:: WHAT YOU NEED TO DO ::
What is the number of lines in the data holding the word "building"? Give that number by itself.

(Dataset entries)
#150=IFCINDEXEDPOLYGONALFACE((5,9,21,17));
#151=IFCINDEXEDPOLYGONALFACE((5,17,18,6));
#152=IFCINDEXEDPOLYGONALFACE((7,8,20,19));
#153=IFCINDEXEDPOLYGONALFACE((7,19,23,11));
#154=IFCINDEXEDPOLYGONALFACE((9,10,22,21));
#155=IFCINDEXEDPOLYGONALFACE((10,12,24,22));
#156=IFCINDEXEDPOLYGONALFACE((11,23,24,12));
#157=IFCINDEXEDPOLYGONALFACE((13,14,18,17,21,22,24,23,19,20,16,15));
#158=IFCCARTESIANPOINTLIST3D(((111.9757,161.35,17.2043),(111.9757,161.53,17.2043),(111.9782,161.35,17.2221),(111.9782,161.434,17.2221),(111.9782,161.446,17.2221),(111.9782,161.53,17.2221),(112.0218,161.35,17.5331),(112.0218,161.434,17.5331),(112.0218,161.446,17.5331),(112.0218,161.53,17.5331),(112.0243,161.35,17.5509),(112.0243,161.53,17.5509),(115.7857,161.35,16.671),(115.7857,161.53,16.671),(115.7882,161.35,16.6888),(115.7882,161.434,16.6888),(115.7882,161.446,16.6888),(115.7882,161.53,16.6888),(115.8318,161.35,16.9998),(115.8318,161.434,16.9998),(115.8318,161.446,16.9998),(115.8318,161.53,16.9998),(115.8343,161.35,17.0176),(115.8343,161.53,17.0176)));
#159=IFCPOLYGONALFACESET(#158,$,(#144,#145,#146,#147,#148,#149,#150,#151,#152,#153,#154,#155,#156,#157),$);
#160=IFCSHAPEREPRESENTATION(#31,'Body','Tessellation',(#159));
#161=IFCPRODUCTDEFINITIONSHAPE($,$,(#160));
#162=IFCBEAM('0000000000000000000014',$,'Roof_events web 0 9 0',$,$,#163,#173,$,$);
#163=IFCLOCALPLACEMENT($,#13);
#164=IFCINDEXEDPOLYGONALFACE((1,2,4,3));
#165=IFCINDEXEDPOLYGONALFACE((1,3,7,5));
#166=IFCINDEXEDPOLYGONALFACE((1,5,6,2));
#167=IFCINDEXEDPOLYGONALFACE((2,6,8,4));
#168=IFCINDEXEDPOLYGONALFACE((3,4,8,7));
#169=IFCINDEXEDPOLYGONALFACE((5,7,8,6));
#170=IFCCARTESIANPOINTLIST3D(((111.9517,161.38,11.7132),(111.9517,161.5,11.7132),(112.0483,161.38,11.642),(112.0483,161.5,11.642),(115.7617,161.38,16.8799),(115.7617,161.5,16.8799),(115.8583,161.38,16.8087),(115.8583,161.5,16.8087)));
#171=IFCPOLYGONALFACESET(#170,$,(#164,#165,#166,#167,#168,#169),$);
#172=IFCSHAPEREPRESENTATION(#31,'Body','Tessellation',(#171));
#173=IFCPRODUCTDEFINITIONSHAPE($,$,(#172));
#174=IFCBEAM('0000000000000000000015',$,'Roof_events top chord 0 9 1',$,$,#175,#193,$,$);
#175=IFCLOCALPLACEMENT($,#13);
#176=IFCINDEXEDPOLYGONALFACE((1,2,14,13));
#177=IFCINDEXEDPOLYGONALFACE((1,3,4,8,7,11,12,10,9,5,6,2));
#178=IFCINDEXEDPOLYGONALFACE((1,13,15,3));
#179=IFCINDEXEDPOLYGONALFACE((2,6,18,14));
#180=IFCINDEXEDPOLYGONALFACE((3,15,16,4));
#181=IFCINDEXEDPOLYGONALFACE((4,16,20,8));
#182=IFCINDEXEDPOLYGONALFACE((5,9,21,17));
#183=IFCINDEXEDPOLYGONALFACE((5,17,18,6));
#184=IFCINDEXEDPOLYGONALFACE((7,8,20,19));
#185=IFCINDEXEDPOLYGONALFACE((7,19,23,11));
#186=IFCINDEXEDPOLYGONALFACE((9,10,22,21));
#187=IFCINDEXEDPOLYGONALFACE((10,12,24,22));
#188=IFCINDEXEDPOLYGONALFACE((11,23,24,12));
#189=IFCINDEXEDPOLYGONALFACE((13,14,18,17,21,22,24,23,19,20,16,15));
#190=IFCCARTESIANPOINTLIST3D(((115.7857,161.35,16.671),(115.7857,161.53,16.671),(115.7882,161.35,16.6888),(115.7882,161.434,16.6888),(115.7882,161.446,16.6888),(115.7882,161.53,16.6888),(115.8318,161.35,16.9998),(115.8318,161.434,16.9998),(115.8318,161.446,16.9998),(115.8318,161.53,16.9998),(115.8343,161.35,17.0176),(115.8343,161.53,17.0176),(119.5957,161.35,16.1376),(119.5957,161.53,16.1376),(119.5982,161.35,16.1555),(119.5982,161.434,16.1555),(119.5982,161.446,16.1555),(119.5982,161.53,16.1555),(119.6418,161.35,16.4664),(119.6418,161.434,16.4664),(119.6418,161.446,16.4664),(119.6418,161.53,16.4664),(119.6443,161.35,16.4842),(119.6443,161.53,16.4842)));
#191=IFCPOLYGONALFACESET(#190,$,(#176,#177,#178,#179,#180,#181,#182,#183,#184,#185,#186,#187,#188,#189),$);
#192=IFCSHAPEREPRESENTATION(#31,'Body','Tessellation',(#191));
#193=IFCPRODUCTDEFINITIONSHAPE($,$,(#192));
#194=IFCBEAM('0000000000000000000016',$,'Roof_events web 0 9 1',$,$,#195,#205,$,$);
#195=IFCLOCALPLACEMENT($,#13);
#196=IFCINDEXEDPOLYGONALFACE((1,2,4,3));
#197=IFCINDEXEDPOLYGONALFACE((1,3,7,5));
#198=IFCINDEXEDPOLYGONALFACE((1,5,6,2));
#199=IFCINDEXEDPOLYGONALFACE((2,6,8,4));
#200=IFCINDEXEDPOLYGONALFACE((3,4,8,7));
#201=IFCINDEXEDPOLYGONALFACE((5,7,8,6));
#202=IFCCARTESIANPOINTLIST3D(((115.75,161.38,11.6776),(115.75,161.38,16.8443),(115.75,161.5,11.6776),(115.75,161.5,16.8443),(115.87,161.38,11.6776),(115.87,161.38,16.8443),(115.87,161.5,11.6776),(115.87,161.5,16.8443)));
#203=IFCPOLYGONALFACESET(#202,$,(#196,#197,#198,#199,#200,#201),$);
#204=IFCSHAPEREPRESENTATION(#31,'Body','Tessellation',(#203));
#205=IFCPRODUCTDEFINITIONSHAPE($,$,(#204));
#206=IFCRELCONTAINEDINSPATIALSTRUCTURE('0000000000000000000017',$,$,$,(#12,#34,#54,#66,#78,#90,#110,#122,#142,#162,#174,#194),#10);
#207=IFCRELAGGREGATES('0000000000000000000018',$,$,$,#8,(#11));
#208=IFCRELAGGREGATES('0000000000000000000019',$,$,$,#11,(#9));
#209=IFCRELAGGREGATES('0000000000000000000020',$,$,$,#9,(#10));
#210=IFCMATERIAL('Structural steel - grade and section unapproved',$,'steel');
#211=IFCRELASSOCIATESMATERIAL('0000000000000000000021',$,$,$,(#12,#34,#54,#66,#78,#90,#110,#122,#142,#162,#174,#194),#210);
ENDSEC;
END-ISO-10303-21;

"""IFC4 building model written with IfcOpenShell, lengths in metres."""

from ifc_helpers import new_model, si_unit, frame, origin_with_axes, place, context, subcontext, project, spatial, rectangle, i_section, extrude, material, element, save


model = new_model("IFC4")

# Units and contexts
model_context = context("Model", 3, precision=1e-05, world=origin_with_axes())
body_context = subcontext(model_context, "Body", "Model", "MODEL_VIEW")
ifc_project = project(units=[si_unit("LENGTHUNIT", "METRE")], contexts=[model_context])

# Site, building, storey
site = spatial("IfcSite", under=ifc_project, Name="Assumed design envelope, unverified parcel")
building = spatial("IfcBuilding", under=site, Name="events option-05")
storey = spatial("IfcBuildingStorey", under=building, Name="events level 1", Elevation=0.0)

:: YOUR RESPONSE ::
4